Development managers had deep technical judgment and organizational authority, but outsourced the actual coding.
Product managers had deep business knowledge and customer insight, but outsourced the technical implementation.
Senior architects had deep system design expertise, but often lacked organizational authority to see their visions realized.
These three roles are collapsing into one. When implementation is cheap, the role that remains is: the person who knows what to build, why to build it, and whether it was built well. That’s not three jobs anymore. That’s one job, and it looks more like “orchestrator with coding capability” than “coder with management capability.”
My friend offered one more prediction I haven’t been able to shake: “Technical product managers might be the real winners here. The ones who can talk to customers AND understand architecture. If that pans out, they’re going to rule this new world.”
The question every organization should be asking: what does your structure look like when the ratio of Rembrandts to apprentices goes from 1:10 to 1:100? When one person with taste and judgment can direct an army of tireless agents?
My guess: a lot flatter, a lot smaller, and a lot more technical at the top.
The Invitation
If you’re a development manager who’s spent years feeling vaguely guilty about the code you’re not writing, I have good news: that guilt was misplaced.

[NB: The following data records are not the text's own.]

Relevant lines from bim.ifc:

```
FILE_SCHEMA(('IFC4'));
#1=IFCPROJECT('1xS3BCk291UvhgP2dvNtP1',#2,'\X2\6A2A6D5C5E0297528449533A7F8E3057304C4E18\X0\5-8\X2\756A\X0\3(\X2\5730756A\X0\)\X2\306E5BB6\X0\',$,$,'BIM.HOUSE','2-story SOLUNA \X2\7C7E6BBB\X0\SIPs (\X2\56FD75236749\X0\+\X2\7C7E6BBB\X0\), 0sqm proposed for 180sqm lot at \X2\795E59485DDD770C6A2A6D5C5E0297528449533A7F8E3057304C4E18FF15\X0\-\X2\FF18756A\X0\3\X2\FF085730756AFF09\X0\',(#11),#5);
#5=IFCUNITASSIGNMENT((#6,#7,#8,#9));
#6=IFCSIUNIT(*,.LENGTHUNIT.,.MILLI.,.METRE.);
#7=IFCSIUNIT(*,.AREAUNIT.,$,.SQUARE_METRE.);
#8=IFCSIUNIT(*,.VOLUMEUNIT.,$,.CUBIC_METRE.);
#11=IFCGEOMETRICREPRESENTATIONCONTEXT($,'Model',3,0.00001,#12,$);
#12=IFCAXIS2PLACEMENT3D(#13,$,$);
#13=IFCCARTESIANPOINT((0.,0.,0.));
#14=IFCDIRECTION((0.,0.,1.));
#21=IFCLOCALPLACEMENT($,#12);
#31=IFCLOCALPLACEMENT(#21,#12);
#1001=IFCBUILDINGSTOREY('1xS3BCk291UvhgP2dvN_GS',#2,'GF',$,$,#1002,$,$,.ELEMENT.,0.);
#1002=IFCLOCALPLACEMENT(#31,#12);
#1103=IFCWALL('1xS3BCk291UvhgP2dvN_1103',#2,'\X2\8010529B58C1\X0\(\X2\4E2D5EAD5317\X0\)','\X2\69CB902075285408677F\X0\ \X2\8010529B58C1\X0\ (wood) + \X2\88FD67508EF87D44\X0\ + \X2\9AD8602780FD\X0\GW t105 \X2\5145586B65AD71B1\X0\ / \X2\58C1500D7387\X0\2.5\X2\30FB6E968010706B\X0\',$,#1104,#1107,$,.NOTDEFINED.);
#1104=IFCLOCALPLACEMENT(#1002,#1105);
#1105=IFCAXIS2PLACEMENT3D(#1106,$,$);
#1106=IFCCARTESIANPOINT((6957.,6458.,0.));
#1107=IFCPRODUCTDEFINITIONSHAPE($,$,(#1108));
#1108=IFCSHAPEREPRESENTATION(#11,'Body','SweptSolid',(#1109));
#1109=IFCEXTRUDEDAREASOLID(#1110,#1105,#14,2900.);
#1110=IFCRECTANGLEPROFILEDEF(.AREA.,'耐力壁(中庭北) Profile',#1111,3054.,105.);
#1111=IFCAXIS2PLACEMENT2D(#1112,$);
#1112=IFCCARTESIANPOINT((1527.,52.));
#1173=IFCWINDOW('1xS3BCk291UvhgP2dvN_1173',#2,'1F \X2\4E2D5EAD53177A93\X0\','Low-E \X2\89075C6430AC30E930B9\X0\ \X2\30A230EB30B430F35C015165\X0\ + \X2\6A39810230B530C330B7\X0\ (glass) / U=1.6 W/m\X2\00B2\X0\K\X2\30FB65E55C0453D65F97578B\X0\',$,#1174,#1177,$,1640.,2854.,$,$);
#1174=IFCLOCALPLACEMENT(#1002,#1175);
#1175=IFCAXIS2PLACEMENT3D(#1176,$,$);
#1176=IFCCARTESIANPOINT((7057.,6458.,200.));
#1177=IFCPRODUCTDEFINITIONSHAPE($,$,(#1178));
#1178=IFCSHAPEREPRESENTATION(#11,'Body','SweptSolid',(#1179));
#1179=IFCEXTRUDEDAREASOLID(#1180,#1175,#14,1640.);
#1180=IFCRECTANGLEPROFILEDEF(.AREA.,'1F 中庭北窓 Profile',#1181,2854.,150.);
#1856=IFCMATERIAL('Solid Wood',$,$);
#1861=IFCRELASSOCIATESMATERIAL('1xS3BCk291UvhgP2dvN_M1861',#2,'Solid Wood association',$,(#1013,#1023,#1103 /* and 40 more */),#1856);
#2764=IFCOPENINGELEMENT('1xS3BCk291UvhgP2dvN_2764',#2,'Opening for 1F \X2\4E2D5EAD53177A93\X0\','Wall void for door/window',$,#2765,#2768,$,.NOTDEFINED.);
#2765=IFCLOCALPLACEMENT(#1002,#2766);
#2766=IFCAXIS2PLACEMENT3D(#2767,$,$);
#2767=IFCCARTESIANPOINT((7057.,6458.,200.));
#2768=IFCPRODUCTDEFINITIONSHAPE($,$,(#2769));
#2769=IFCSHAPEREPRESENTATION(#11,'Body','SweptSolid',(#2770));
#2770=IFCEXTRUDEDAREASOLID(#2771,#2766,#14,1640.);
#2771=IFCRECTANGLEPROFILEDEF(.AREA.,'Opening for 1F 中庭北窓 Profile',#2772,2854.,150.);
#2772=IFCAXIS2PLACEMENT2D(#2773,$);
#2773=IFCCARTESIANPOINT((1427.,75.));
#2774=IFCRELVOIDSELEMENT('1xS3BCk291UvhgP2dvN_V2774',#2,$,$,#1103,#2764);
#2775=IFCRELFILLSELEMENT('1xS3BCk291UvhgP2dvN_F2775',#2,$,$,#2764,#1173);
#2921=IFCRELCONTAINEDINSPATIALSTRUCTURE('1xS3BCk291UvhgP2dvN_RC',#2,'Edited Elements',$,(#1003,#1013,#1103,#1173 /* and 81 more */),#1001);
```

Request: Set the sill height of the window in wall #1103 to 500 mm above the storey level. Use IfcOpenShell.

```python
import numpy as np
import ifcopenshell
import ifcopenshell.api.geometry
import ifcopenshell.geom
import ifcopenshell.util.element
import ifcopenshell.util.placement
import ifcopenshell.util.shape
import ifcopenshell.util.unit

model = ifcopenshell.open("bim.ifc")
unit_scale = ifcopenshell.util.unit.calculate_unit_scale(model)

window = model.by_guid("1xS3BCk291UvhgP2dvN_1173")
opening = window.FillsVoids[0].RelatingOpeningElement
storey = ifcopenshell.util.element.get_container(window, ifc_class="IfcBuildingStorey")
level = ifcopenshell.util.placement.get_local_placement(storey.ObjectPlacement)[2, 3]

# The opening's origin need not be at the sill, so measure its lowest point.
shape = ifcopenshell.geom.create_shape(ifcopenshell.geom.settings(), opening)
bottom = ifcopenshell.util.shape.get_shape_bottom_elevation(shape, shape.geometry) / unit_scale
dz = level + 0.5 / unit_scale - bottom

shift = np.array([0.0, 0.0, dz])
# The window is not placed relative to its opening, so move both.
for product in (opening, window):
    matrix = ifcopenshell.util.placement.get_local_placement(product.ObjectPlacement)
    matrix[:3, 3] += shift
    ifcopenshell.api.geometry.edit_object_placement(model, product=product, matrix=matrix, is_si=False)

print(f"moved by {dz * unit_scale:+.3f} m")

model.write("bim-out.ifc")
```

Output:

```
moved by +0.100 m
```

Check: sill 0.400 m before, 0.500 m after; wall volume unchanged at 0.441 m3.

You weren’t falling behind. You were developing a different set of skills — specification, review, coordination, judgment — that happened to be less valuable than coding skills in the old regime. The old regime is over. The skills you thought were “soft” turned out to be the hard ones. The skills you worried were “overhead” turned out to be the whole gig.
The developers who spent those same years grinding leetcode and optimizing React renders were training for a game that no longer exists. They’re extremely good at skills that are now nearly free.
You’re not. Your skills are suddenly scarce.
So maybe it’s time to come back to the codebase. Not as the fast coder you once were — no one’s getting any younger. But as something rarer: someone who knows what’s worth building, can recognize quality when they see it, and can orchestrate an army of tireless apprentices toward a coherent vision.
The agents don’t need more parametric coders. They need direction and vision.
Maybe you’ve been training for the job all along.
This post was constructed as always with the able assistance of Claude Opus 4.5. If Claude eventually becomes my CTO, I shan’t be a bit surprised. It won’t be the first time that I met someone at the start of their career that I eventually reported to.